# EXERCISE DETAILS:
All entries must be transcribed without a single difference.
::::::::
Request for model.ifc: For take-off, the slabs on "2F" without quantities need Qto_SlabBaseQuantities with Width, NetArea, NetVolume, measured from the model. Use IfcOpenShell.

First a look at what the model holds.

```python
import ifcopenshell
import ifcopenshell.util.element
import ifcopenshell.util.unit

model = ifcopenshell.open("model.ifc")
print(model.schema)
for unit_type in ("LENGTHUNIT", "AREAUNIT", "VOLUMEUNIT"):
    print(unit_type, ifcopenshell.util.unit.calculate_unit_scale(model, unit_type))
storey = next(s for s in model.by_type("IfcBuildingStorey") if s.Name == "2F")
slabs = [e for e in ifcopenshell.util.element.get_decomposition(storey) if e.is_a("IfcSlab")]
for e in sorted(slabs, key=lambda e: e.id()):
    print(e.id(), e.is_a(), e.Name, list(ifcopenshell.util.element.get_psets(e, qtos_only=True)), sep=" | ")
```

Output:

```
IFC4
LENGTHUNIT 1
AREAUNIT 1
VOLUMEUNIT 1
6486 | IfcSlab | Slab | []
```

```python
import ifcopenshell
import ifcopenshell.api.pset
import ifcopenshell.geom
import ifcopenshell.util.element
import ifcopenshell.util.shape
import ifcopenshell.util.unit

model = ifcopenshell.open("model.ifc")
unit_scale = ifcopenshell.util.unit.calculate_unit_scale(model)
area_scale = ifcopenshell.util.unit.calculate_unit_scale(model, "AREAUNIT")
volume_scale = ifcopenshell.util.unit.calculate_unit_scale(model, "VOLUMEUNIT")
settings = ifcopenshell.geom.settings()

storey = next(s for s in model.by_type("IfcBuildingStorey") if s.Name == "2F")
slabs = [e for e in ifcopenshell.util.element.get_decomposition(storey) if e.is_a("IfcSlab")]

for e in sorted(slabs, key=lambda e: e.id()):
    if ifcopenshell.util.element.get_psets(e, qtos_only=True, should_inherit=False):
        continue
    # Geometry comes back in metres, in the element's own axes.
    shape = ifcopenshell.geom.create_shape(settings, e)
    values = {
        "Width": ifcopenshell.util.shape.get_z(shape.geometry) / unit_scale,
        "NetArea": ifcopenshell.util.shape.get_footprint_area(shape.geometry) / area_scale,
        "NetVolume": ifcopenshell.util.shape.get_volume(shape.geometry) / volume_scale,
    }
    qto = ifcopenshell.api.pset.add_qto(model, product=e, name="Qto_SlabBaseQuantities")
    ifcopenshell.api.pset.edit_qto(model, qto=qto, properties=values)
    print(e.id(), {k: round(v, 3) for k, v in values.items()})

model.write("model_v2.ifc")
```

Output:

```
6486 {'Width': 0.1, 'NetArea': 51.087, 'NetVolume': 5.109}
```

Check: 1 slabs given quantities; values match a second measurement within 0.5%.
::::::::
# EXERCISE OUTPUT:
Request for model.ifc: For take-off, the slabs on "2F" without quantities need Qto_SlabBaseQuantities with Width, NetArea, NetVolume, measured from the model. Use IfcOpenShell.

First a look at what the model holds.

```python
import ifcopenshell
import ifcopenshell.util.element
import ifcopenshell.util.unit

model = ifcopenshell.open("model.ifc")
print(model.schema)
for unit_type in ("LENGTHUNIT", "AREAUNIT", "VOLUMEUNIT"):
    print(unit_type, ifcopenshell.util.unit.calculate_unit_scale(model, unit_type))
storey = next(s for s in model.by_type("IfcBuildingStorey") if s.Name == "2F")
slabs = [e for e in ifcopenshell.util.element.get_decomposition(storey) if e.is_a("IfcSlab")]
for e in sorted(slabs, key=lambda e: e.id()):
    print(e.id(), e.is_a(), e.Name, list(ifcopenshell.util.element.get_psets(e, qtos_only=True)), sep=" | ")
```

Output:

```
IFC4
LENGTHUNIT 1
AREAUNIT 1
VOLUMEUNIT 1
6486 | IfcSlab | Slab | []
```

```python
import ifcopenshell
import ifcopenshell.api.pset
import ifcopenshell.geom
import ifcopenshell.util.element
import ifcopenshell.util.shape
import ifcopenshell.util.unit

model = ifcopenshell.open("model.ifc")
unit_scale = ifcopenshell.util.unit.calculate_unit_scale(model)
area_scale = ifcopenshell.util.unit.calculate_unit_scale(model, "AREAUNIT")
volume_scale = ifcopenshell.util.unit.calculate_unit_scale(model, "VOLUMEUNIT")
settings = ifcopenshell.geom.settings()

storey = next(s for s in model.by_type("IfcBuildingStorey") if s.Name == "2F")
slabs = [e for e in ifcopenshell.util.element.get_decomposition(storey) if e.is_a("IfcSlab")]

for e in sorted(slabs, key=lambda e: e.id()):
    if ifcopenshell.util.element.get_psets(e, qtos_only=True, should_inherit=False):
        continue
    # Geometry comes back in metres, in the element's own axes.
    shape = ifcopenshell.geom.create_shape(settings, e)
    values = {
        "Width": ifcopenshell.util.shape.get_z(shape.geometry) / unit_scale,
        "NetArea": ifcopenshell.util.shape.get_footprint_area(shape.geometry) / area_scale,
        "NetVolume": ifcopenshell.util.shape.get_volume(shape.geometry) / volume_scale,
    }
    qto = ifcopenshell.api.pset.add_qto(model, product=e, name="Qto_SlabBaseQuantities")
    ifcopenshell.api.pset.edit_qto(model, qto=qto, properties=values)
    print(e.id(), {k: round(v, 3) for k, v in values.items()})

model.write("model_v2.ifc")
```

Output:

```
6486 {'Width': 0.1, 'NetArea': 51.087, 'NetVolume': 5.109}
```

Check: 1 slabs given quantities; values match a second measurement within 0.5%.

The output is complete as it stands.